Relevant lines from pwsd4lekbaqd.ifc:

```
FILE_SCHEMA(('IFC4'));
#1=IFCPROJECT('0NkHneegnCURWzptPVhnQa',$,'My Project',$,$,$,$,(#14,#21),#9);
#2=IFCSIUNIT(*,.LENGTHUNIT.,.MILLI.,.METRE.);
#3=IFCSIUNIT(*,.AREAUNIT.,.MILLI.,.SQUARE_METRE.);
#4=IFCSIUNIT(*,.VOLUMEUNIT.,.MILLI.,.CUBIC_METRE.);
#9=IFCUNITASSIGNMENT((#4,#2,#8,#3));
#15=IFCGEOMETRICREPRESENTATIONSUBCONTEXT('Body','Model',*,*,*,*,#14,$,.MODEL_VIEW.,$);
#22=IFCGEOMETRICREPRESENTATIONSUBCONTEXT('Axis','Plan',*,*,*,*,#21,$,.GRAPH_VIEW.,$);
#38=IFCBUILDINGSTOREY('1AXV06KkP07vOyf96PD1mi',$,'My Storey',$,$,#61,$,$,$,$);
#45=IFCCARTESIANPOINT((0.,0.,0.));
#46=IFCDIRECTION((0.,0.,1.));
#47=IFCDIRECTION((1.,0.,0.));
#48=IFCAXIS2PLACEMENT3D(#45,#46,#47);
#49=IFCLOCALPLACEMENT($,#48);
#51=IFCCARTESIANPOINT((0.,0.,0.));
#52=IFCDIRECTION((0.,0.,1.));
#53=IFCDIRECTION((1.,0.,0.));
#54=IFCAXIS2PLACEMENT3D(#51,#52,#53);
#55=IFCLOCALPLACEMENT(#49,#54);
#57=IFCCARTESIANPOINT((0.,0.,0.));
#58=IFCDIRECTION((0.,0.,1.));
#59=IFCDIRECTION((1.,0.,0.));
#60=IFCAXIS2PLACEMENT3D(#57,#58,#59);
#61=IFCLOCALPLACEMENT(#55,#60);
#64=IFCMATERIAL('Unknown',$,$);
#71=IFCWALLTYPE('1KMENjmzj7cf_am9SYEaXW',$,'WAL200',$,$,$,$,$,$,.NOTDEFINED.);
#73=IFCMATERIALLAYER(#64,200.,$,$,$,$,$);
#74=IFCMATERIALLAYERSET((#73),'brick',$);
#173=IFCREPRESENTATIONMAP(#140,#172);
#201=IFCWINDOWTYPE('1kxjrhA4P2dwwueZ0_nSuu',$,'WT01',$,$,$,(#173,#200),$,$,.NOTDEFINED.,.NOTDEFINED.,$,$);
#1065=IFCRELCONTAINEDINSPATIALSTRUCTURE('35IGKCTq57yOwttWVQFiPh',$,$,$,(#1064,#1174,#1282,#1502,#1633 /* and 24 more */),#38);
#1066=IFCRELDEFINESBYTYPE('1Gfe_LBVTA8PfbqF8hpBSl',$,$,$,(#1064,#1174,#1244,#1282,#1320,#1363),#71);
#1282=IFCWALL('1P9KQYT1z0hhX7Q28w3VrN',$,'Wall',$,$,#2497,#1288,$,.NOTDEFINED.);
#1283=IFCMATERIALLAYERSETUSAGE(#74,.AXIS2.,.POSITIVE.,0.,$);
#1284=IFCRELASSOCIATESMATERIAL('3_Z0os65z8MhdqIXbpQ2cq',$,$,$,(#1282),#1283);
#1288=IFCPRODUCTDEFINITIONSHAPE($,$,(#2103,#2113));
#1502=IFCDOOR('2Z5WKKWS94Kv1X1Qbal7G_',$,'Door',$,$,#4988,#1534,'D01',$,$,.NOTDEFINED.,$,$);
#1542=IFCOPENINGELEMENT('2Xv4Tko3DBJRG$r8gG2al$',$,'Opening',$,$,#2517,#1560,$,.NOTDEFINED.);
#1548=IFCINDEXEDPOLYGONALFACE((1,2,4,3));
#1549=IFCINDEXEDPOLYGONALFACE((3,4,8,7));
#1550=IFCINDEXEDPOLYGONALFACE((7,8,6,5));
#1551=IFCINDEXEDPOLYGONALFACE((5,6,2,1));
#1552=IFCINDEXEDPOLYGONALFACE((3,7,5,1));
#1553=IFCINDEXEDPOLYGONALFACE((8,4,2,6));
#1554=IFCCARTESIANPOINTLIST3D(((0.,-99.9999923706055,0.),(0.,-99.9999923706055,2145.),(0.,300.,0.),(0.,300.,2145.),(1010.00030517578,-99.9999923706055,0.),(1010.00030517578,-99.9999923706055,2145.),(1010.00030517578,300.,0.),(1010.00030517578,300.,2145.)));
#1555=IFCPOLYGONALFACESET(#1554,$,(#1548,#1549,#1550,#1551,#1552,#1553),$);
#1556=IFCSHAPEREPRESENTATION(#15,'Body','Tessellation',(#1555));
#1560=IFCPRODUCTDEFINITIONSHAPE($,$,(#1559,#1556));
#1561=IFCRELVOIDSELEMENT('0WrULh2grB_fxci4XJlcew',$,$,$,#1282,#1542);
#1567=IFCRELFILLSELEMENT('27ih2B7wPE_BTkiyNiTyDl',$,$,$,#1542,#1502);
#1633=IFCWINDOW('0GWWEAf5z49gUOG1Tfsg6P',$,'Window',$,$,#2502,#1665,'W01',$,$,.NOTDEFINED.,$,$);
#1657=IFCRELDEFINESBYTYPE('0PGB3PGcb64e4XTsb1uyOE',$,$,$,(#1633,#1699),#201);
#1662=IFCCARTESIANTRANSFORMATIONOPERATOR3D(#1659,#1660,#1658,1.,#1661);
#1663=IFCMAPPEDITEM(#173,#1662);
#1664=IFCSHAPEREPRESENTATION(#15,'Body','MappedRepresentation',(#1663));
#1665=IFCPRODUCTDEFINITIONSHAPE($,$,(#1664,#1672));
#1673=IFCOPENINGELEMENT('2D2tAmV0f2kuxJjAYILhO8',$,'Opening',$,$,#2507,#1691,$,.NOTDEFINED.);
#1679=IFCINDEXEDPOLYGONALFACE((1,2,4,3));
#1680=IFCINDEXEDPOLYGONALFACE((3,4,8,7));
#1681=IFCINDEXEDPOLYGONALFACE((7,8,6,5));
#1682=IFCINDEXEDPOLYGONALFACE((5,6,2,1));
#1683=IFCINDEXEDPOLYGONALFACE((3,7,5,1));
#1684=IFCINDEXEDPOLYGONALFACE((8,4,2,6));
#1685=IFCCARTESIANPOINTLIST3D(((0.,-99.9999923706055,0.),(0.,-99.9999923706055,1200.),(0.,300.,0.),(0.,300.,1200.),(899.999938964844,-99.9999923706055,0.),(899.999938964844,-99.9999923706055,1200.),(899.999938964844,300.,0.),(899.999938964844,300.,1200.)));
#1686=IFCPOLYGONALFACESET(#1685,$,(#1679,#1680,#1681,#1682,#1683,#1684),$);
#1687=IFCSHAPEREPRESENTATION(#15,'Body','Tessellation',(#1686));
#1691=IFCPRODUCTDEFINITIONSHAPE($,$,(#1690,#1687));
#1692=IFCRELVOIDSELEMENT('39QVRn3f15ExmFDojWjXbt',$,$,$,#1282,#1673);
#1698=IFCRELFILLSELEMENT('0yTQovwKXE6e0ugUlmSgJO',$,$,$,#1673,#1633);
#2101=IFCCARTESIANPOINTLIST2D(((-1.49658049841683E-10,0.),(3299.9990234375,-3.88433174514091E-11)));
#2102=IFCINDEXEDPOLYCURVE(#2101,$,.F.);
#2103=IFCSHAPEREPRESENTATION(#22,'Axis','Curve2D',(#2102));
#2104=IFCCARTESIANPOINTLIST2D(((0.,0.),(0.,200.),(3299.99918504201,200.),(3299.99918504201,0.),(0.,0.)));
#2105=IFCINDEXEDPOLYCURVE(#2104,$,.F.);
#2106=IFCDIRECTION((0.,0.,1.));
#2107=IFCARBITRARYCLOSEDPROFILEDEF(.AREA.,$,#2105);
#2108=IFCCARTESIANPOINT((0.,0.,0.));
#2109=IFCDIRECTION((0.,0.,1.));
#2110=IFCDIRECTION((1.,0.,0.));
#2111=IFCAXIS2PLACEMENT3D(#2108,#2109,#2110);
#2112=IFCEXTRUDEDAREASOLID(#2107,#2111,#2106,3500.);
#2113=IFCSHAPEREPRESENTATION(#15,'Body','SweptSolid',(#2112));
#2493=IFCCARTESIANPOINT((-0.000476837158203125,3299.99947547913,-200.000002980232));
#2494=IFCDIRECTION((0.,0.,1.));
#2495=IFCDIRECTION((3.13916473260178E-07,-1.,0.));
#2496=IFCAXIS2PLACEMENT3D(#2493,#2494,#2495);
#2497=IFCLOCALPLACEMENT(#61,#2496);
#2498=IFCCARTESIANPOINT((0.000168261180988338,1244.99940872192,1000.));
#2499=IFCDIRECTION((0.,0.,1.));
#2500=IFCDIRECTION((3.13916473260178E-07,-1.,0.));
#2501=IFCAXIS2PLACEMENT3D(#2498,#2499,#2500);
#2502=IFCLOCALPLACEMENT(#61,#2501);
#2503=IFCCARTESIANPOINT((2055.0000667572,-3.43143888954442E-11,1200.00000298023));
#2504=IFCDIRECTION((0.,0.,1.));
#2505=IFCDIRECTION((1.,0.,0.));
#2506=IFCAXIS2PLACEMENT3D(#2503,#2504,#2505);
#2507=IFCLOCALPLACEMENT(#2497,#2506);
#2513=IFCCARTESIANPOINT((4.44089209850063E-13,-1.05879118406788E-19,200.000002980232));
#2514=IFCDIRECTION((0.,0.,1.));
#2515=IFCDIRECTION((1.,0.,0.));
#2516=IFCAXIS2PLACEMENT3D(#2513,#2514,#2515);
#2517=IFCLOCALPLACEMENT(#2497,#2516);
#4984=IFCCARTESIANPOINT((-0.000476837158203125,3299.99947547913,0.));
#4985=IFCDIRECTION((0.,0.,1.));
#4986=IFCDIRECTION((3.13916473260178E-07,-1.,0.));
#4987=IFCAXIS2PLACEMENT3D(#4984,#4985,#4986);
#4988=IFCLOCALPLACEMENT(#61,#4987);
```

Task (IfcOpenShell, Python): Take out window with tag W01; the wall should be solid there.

```python
import ifcopenshell
import ifcopenshell.api.feature
import ifcopenshell.api.root
import ifcopenshell.geom
import ifcopenshell.util.shape

model = ifcopenshell.open("pwsd4lekbaqd.ifc")
settings = ifcopenshell.geom.settings()


def volume(element):
    """Net volume in cubic metres, openings subtracted."""
    shape = ifcopenshell.geom.create_shape(settings, element)
    return ifcopenshell.util.shape.get_volume(shape.geometry)


window = model.by_guid("0GWWEAf5z49gUOG1Tfsg6P")
opening = window.FillsVoids[0].RelatingOpeningElement
wall = opening.VoidsElements[0].RelatingBuildingElement
before = volume(wall)

ifcopenshell.api.root.remove_product(model, product=window)
ifcopenshell.api.feature.remove_feature(model, feature=opening)

after = volume(wall)

print(f"wall volume {before:.3f} -> {after:.3f} m3")

model.write("pwsd4lekbaqd_v2.ifc")
```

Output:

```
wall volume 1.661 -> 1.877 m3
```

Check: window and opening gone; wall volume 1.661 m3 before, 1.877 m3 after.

•••

## TASK DIRECTIONS
The count of lines above that include the string "MILLI" is the sole expected answer.

## EXERCISE RESPONSE
3